Adam Resurrected is a bizarre, hypnotic tragedy about one German-Jewish circus performer, Adam Stein (Jeff Goldblum), in the years immediately following the Holocaust.
Essentially a character piece, we meet Adam one day in 1960s Tel Aviv when he is - apparently not for the first time - sent to an insane asylum for Holocaust survivors. He is charismatic, loopy and flamboyant - so, basically just Jeff Goldblum. And everyone loves him - the patients, the wry head psychiatrist (Derek Jacobi), the sexy nurse (Ayelet Zurer) and (as always) the PPCC. During this introductory sequence, we get scratchy, black and white flashbacks to pre-war days when Adam was even more Jeff Goldblumy - we learn of his zany cabaret-vaudeville standup routines, his adoring family, and, ominously, his almost magic(al) realist ability to read the mind of one near-suicidal young German, Klein (Willem Dafoe). We should pause here to note that Jeff Goldblum doing his schtick can be very loopy indeed, and his German-Yiddish-English "Ja-haaa!" jokes were genuinely very funny. Ja, ja, ja!
Adam swiftly falls apart, figuratively and literally, when he meets a mysterious patient at the institute - a young boy (Tudor Rapiteanu) who is convinced he is a dog. This sends Adam reeling back into his own private hell, and we relive his trauma of being taken to the concentration camp, re-meeting Klein - now a Nazi Commandant - and being forced to live as Klein's dog while his family suffers in the camp. Here, both Adam and the filmmaking go off the rails - drunken ranting (and drunken camera angles), extreme close-ups and the previously whimsical imagery turning nightmarish. Think Pan's Labyrinth for the same mix of surrealism, magic(al) realism, fantasy and horror. The restoration, or titular "resurrection", of Adam takes the form of healing the boy who thinks he is a dog, whom he names David ("King of the Jews! Descendant of Adam!"). A number of Biblical allusions follow, as well as expected "weeping clown" archetypes.

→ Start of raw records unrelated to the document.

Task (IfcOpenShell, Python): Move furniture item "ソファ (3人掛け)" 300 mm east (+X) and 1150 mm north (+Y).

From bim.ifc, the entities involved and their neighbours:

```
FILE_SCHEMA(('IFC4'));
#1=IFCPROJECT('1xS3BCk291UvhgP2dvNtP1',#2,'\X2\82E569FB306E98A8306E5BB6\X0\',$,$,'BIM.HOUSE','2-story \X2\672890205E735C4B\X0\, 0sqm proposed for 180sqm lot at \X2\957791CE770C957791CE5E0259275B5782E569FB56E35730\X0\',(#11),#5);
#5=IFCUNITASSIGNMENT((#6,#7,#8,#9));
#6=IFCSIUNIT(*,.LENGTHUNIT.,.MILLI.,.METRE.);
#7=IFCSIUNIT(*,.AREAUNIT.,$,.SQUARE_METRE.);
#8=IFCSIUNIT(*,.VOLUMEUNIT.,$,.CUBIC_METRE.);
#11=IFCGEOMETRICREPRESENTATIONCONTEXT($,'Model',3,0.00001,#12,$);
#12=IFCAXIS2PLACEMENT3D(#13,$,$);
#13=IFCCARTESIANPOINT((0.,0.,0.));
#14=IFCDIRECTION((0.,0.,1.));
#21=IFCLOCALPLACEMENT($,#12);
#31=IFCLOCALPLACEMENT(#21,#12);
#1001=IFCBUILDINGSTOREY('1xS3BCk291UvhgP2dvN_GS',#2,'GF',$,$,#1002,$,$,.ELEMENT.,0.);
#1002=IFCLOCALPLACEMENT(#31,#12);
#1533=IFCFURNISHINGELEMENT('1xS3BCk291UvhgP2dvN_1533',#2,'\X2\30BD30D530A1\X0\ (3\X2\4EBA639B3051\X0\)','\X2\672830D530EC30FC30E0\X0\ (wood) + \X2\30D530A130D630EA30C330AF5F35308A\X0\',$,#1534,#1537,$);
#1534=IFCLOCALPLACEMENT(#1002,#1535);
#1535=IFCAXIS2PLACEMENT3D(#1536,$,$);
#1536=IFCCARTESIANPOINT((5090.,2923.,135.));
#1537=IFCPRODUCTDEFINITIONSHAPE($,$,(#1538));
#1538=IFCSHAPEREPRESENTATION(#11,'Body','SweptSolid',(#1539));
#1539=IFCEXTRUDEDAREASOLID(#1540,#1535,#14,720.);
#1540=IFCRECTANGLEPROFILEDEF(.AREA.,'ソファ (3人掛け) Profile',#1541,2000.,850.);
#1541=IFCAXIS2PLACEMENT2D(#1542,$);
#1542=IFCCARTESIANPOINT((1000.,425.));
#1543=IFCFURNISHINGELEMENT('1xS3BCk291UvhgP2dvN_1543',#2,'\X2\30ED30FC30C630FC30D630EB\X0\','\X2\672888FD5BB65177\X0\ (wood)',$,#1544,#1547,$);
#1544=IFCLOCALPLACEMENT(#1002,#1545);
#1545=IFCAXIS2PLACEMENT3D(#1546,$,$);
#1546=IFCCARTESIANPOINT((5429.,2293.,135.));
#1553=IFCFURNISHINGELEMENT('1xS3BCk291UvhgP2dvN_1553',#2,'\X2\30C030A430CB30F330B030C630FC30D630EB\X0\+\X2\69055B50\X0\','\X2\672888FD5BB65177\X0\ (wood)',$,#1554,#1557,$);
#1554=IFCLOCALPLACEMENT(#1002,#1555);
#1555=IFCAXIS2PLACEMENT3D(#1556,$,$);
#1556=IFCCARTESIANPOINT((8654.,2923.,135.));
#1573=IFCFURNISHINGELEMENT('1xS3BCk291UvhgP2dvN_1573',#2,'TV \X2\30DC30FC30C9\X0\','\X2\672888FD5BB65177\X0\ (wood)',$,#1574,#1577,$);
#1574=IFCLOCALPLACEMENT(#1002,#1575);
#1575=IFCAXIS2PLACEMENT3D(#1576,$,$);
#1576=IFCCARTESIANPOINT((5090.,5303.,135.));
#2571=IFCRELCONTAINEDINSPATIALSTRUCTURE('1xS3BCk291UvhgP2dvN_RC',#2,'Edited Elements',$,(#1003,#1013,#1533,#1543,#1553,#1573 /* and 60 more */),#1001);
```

```python
import ifcopenshell
import ifcopenshell.api.geometry
import ifcopenshell.util.placement

model = ifcopenshell.open("bim.ifc")

item = model.by_id(1533)
matrix = ifcopenshell.util.placement.get_local_placement(item.ObjectPlacement)
matrix[0, 3] += 300.0
matrix[1, 3] += 1150.0
ifcopenshell.api.geometry.edit_object_placement(model, product=item, matrix=matrix, is_si=False)

print(ifcopenshell.util.placement.get_local_placement(item.ObjectPlacement).round(3) + 0.0)

model.write("bim_v2.ifc")
```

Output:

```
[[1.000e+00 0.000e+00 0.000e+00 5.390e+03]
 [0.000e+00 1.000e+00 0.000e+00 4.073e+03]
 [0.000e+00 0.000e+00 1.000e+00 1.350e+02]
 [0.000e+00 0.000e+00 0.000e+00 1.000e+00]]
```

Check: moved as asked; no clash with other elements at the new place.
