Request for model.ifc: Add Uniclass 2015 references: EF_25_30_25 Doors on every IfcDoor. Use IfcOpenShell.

First a look at what the model holds.

```python
import ifcopenshell

model = ifcopenshell.open("model.ifc")
print(model.schema)
print("classifications:", [c.Name for c in model.by_type("IfcClassification")])
for ifc_class in ("IfcDoor", "IfcRoof", "IfcStair", "IfcWall", "IfcWindow"):
    print(ifc_class, len(model.by_type(ifc_class)))
```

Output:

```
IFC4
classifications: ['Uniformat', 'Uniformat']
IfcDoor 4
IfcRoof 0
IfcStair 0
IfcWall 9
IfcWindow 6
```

```python
import ifcopenshell
import ifcopenshell.api.classification

model = ifcopenshell.open("model.ifc")

system = ifcopenshell.api.classification.add_classification(model, classification="Uniclass 2015")

codes = {
    "IfcDoor": ("EF_25_30_25", "Doors"),
}
for ifc_class, (code, name) in codes.items():
    products = model.by_type(ifc_class)
    ifcopenshell.api.classification.add_reference(
        model, products=products, classification=system, identification=code, name=name
    )
    print(code, len(products))

model.write("model-out.ifc")
```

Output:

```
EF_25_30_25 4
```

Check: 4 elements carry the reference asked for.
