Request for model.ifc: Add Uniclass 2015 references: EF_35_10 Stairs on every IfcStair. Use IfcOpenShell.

First a look at what the model holds.

```python
import ifcopenshell

model = ifcopenshell.open("model.ifc")
print(model.schema)
print("classifications:", [c.Name for c in model.by_type("IfcClassification")])
for ifc_class in ("IfcDoor", "IfcRoof", "IfcStair", "IfcWall", "IfcWindow"):
    print(ifc_class, len(model.by_type(ifc_class)))
```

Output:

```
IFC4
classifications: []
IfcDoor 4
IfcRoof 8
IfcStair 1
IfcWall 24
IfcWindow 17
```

```python
import ifcopenshell
import ifcopenshell.api.classification

model = ifcopenshell.open("model.ifc")

system = ifcopenshell.api.classification.add_classification(model, classification="Uniclass 2015")

codes = {
    "IfcStair": ("EF_35_10", "Stairs"),
}
for ifc_class, (code, name) in codes.items():
    products = model.by_type(ifc_class)
    ifcopenshell.api.classification.add_reference(
        model, products=products, classification=system, identification=code, name=name
    )
    print(code, len(products))

model.write("model_v2.ifc")
```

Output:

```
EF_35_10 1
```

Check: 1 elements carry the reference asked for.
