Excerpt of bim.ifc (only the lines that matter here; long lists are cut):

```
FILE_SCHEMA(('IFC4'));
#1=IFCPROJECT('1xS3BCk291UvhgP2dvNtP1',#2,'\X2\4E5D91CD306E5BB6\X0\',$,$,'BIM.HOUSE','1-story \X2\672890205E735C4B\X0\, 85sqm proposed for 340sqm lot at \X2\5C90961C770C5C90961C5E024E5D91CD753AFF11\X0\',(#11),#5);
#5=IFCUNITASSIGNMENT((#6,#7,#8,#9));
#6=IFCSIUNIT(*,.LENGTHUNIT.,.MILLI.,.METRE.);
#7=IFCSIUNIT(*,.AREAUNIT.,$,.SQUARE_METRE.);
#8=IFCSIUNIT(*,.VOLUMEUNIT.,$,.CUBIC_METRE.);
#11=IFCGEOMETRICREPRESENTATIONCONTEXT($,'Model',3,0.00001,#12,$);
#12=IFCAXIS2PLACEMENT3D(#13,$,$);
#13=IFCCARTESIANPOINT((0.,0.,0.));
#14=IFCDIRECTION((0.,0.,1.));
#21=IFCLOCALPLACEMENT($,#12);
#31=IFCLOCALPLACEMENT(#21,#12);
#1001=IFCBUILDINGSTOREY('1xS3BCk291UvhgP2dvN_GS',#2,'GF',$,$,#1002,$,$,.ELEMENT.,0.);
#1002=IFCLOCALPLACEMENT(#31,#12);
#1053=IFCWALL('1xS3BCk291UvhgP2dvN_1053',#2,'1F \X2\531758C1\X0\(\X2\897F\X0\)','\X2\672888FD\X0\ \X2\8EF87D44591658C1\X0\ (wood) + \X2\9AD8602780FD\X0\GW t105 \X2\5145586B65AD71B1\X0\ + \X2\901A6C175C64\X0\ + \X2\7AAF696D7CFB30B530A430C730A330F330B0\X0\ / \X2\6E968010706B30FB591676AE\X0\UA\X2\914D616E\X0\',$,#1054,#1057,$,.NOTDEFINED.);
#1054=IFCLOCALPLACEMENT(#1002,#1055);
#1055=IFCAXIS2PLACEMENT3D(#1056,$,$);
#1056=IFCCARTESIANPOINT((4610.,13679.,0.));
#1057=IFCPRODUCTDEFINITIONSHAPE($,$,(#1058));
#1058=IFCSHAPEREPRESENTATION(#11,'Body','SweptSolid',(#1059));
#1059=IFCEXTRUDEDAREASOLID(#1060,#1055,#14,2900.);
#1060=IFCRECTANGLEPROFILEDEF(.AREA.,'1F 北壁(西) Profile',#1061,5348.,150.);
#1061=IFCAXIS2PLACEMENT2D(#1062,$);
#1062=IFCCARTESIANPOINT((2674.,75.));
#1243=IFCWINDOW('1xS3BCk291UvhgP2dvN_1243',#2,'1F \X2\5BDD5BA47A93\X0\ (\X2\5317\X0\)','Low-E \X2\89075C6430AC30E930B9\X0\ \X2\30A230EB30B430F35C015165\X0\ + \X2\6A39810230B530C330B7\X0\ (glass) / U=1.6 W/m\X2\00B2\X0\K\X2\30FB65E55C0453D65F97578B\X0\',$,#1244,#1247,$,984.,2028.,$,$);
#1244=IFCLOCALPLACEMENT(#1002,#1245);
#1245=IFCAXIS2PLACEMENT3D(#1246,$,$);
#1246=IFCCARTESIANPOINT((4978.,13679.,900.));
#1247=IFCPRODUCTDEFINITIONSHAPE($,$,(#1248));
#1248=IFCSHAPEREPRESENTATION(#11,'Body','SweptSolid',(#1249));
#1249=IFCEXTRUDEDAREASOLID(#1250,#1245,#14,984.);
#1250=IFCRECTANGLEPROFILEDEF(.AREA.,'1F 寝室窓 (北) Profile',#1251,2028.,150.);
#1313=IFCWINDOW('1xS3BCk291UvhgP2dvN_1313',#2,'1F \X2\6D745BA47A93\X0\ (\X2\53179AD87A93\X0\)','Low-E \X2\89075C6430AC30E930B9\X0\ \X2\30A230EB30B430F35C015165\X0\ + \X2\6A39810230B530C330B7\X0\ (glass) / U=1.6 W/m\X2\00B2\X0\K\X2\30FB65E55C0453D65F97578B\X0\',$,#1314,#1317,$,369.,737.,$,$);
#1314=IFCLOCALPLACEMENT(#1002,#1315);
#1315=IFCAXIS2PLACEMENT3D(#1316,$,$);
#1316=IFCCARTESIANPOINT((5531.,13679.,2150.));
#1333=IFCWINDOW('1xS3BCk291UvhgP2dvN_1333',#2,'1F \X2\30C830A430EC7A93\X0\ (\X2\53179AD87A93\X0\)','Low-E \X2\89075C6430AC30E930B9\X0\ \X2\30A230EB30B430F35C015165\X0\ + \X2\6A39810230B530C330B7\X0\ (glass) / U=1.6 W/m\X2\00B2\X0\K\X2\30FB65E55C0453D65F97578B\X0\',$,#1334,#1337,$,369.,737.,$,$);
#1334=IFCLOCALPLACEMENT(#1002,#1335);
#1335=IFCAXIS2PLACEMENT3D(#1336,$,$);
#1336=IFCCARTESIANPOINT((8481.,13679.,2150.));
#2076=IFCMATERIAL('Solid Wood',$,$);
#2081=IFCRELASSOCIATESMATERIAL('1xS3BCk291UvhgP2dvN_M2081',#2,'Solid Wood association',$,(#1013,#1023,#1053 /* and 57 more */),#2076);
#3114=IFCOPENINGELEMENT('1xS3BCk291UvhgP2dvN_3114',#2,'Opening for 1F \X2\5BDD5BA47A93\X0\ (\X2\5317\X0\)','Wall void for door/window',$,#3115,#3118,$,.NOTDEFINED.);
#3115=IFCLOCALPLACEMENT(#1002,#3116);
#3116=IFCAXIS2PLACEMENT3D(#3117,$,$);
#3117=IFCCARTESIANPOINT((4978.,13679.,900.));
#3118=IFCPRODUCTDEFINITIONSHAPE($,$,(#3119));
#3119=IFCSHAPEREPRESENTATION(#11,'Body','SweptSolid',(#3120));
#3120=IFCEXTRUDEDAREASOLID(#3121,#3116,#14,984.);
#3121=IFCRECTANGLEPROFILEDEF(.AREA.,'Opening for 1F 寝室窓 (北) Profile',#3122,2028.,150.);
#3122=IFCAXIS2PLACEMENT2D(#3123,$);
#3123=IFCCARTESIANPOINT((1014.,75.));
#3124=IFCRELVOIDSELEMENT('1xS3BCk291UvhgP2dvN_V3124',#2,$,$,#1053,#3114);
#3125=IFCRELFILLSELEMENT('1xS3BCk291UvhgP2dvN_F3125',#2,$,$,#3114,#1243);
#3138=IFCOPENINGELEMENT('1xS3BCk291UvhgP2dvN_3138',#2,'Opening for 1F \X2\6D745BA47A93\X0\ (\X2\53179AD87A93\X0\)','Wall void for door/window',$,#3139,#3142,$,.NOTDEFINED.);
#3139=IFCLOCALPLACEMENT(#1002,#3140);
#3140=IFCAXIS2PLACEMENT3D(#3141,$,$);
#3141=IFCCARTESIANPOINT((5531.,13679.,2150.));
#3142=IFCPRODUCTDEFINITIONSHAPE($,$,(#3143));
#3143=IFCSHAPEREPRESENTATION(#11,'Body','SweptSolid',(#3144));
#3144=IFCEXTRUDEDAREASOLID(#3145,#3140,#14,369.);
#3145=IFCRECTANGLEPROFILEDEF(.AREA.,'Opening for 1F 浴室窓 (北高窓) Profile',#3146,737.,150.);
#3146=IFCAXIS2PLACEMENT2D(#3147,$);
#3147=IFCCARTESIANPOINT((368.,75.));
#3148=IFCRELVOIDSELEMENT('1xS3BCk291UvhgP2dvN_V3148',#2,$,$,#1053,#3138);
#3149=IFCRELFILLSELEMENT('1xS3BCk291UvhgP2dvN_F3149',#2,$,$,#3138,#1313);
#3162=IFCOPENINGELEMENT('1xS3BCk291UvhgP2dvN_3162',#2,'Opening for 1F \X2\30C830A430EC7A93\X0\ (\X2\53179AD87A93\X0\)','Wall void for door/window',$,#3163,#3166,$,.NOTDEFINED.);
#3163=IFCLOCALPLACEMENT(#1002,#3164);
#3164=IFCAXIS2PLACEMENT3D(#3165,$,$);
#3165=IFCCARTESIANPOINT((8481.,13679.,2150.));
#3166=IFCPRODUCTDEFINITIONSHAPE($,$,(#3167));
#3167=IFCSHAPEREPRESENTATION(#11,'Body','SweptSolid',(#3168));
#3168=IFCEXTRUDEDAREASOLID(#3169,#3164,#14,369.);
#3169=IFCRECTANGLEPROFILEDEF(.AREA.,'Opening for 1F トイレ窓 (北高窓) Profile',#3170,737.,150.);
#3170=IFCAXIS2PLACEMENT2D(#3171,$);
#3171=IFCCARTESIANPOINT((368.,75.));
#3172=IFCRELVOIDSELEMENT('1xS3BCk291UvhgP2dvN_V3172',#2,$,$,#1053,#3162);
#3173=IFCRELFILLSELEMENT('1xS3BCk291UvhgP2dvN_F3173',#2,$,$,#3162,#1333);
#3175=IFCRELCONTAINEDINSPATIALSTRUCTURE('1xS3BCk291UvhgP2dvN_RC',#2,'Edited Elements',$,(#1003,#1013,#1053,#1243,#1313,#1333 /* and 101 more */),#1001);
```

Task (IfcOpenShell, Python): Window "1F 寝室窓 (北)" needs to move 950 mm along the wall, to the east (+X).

```python
import ifcopenshell
import ifcopenshell.api.geometry
import ifcopenshell.util.placement
import ifcopenshell.util.unit

model = ifcopenshell.open("bim.ifc")
unit_scale = ifcopenshell.util.unit.calculate_unit_scale(model)

window = model.by_guid("1xS3BCk291UvhgP2dvN_1243")
opening = window.FillsVoids[0].RelatingOpeningElement
wall = opening.VoidsElements[0].RelatingBuildingElement

wall_matrix = ifcopenshell.util.placement.get_local_placement(wall.ObjectPlacement)
shift = wall_matrix[:3, 0] * 0.95 / unit_scale
before = ifcopenshell.util.placement.get_local_placement(window.ObjectPlacement)[:3, 3].copy()

# The window is not placed relative to its opening, so move both.
for product in (opening, window):
    matrix = ifcopenshell.util.placement.get_local_placement(product.ObjectPlacement)
    matrix[:3, 3] += shift
    ifcopenshell.api.geometry.edit_object_placement(model, product=product, matrix=matrix, is_si=False)

after = ifcopenshell.util.placement.get_local_placement(window.ObjectPlacement)[:3, 3]
print("window moved by", (after - before).round(3) + 0.0)

model.write("bim_updated.ifc")
```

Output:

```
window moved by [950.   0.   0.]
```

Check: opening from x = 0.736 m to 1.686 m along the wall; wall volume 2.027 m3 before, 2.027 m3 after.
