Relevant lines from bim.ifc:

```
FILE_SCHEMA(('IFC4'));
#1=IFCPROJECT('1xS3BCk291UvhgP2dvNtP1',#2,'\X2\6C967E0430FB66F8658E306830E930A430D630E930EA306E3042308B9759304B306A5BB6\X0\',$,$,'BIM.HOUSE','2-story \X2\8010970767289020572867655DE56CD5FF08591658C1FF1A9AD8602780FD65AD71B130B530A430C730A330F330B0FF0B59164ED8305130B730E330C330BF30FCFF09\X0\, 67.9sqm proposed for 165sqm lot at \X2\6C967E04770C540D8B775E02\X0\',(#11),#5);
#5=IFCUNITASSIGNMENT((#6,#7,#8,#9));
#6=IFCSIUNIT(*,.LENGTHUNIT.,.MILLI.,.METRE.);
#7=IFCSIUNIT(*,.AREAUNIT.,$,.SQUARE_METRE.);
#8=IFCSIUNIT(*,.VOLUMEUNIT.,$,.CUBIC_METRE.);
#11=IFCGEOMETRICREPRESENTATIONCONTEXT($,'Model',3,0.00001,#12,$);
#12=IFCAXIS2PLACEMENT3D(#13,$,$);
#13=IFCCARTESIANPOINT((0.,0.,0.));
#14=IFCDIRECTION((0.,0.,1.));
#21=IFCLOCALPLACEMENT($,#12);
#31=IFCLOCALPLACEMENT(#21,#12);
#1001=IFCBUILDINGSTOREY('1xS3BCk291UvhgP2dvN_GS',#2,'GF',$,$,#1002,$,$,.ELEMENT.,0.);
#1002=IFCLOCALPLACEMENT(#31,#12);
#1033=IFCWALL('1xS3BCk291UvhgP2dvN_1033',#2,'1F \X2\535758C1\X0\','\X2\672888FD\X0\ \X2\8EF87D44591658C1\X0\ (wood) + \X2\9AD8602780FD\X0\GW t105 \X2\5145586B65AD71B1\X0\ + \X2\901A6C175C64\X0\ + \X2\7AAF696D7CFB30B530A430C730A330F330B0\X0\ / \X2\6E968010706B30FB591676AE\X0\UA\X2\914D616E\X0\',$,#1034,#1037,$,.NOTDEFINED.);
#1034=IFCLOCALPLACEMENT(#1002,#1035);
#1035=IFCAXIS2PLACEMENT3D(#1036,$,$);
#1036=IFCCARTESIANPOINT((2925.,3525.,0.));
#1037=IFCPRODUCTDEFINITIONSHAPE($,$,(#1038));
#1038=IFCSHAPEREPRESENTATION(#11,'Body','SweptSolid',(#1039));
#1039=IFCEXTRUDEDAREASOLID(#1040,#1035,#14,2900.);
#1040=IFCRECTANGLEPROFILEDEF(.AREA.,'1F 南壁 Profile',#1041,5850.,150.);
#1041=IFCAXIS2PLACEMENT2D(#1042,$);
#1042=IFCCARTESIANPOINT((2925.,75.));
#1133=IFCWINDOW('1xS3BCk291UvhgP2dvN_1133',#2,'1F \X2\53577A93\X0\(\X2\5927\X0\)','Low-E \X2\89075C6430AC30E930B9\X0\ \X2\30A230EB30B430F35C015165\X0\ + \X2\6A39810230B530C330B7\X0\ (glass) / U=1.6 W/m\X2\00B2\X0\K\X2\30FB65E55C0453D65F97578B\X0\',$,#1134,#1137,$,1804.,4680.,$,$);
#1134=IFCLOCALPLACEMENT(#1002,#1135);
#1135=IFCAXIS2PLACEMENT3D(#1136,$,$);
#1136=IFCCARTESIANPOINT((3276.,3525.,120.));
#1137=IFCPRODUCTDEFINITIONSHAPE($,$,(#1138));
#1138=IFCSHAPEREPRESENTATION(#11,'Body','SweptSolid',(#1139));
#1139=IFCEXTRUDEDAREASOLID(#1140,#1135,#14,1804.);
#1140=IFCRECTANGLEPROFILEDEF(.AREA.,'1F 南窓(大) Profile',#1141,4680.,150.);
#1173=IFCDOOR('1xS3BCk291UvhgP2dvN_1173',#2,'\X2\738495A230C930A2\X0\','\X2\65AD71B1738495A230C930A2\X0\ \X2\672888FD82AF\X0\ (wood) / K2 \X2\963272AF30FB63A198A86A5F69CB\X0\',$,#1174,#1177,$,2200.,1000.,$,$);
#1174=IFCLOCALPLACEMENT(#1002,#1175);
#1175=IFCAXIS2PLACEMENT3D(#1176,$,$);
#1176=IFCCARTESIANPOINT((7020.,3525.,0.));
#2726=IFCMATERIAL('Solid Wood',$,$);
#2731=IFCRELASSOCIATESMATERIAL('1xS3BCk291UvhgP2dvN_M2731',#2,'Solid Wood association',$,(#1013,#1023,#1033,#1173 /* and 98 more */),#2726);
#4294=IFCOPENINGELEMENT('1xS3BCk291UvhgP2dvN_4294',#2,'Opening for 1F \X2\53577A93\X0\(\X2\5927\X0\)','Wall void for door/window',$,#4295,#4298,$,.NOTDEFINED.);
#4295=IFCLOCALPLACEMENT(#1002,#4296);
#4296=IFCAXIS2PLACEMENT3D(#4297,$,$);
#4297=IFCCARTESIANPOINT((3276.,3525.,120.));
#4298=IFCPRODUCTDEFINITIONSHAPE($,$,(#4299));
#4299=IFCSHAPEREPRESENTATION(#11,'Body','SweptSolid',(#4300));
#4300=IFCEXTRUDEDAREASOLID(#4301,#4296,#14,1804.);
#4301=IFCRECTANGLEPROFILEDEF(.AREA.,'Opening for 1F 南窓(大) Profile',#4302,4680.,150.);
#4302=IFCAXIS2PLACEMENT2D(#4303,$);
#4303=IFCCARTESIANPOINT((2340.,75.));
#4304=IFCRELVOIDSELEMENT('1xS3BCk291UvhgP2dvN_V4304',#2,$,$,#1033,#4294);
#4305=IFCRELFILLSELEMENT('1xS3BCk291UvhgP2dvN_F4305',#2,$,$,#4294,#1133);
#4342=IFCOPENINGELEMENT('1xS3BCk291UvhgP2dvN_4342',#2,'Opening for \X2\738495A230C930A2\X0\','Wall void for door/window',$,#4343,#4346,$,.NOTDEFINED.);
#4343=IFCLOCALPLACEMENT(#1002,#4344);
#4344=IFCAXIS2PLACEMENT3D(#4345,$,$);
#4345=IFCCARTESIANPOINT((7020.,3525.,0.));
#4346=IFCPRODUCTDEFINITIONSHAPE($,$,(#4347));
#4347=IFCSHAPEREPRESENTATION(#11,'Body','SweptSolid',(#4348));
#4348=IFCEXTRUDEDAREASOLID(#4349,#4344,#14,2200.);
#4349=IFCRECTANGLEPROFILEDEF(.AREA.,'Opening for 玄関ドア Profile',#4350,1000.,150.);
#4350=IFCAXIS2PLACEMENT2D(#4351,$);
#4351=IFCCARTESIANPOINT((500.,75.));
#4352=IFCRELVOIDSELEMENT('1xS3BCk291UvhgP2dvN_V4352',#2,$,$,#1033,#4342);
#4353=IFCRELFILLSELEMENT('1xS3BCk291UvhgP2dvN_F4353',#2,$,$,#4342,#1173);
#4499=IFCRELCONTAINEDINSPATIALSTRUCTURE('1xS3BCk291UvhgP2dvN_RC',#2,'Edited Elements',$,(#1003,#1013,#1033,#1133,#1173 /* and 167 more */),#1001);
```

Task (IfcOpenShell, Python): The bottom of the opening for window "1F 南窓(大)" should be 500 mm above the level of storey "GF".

```python
import numpy as np
import ifcopenshell
import ifcopenshell.api.geometry
import ifcopenshell.geom
import ifcopenshell.util.element
import ifcopenshell.util.placement
import ifcopenshell.util.shape
import ifcopenshell.util.unit

model = ifcopenshell.open("bim.ifc")
unit_scale = ifcopenshell.util.unit.calculate_unit_scale(model)

window = model.by_guid("1xS3BCk291UvhgP2dvN_1133")
opening = window.FillsVoids[0].RelatingOpeningElement
storey = ifcopenshell.util.element.get_container(window, ifc_class="IfcBuildingStorey")
level = ifcopenshell.util.placement.get_local_placement(storey.ObjectPlacement)[2, 3]

# The opening's origin need not be at the sill, so measure its lowest point.
shape = ifcopenshell.geom.create_shape(ifcopenshell.geom.settings(), opening)
bottom = ifcopenshell.util.shape.get_shape_bottom_elevation(shape, shape.geometry) / unit_scale
dz = level + 0.5 / unit_scale - bottom

shift = np.array([0.0, 0.0, dz])
# The window is not placed relative to its opening, so move both.
for product in (opening, window):
    matrix = ifcopenshell.util.placement.get_local_placement(product.ObjectPlacement)
    matrix[:3, 3] += shift
    ifcopenshell.api.geometry.edit_object_placement(model, product=product, matrix=matrix, is_si=False)

print(f"moved by {dz * unit_scale:+.3f} m")

model.write("bim_v2.ifc")
```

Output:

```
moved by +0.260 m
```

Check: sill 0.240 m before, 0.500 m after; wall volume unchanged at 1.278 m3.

This film really surprised us. First, because the reviews for it had been so lukewarm (the New York Times called it "flat"!). We were expecting something earnest but dull. Instead, we got something screwy and challenging and, often, gut-wrenching. Second, this is a Holocaust Movie that still manages to remain a Jeff Goldblum Movie - that is, the weird, highly potent charisma that Jeff Goldblum seems to chug out from his pores isn't stifled for this very serious topic, but is instead channeled in an ingenious and powerful way. We were very skeptical of him playing straight and serious - he's never really been a heavy; his performances seem to subsist entirely on bubbles and glitter and airy good humor (the Guardian once called him the "Buddha of Hollywood", likening him to a "unicorn"!). We were even skeptical of his German accent. So it was a real shock to see how entirely believable, and yet entirely himself, he was. It was brilliant casting and a brilliant performance: using that very same jester quality which is Goldblum's brand to flesh out the character of Adam Stein. And the characterization was so varied, with rich highs and devastating lows. It was powerful in ways we weren't expecting at all. Did we mention we had to take a breather about halfway through? Our heart was taking a pounding.
It's not a perfect film - we didn't agree with some of its choices, and especially found Klein uninspiring (despite Willem Dafoe's best efforts to infuse Klein with his own kind of nightmarish instability) - but it is an adventurous and imaginative one.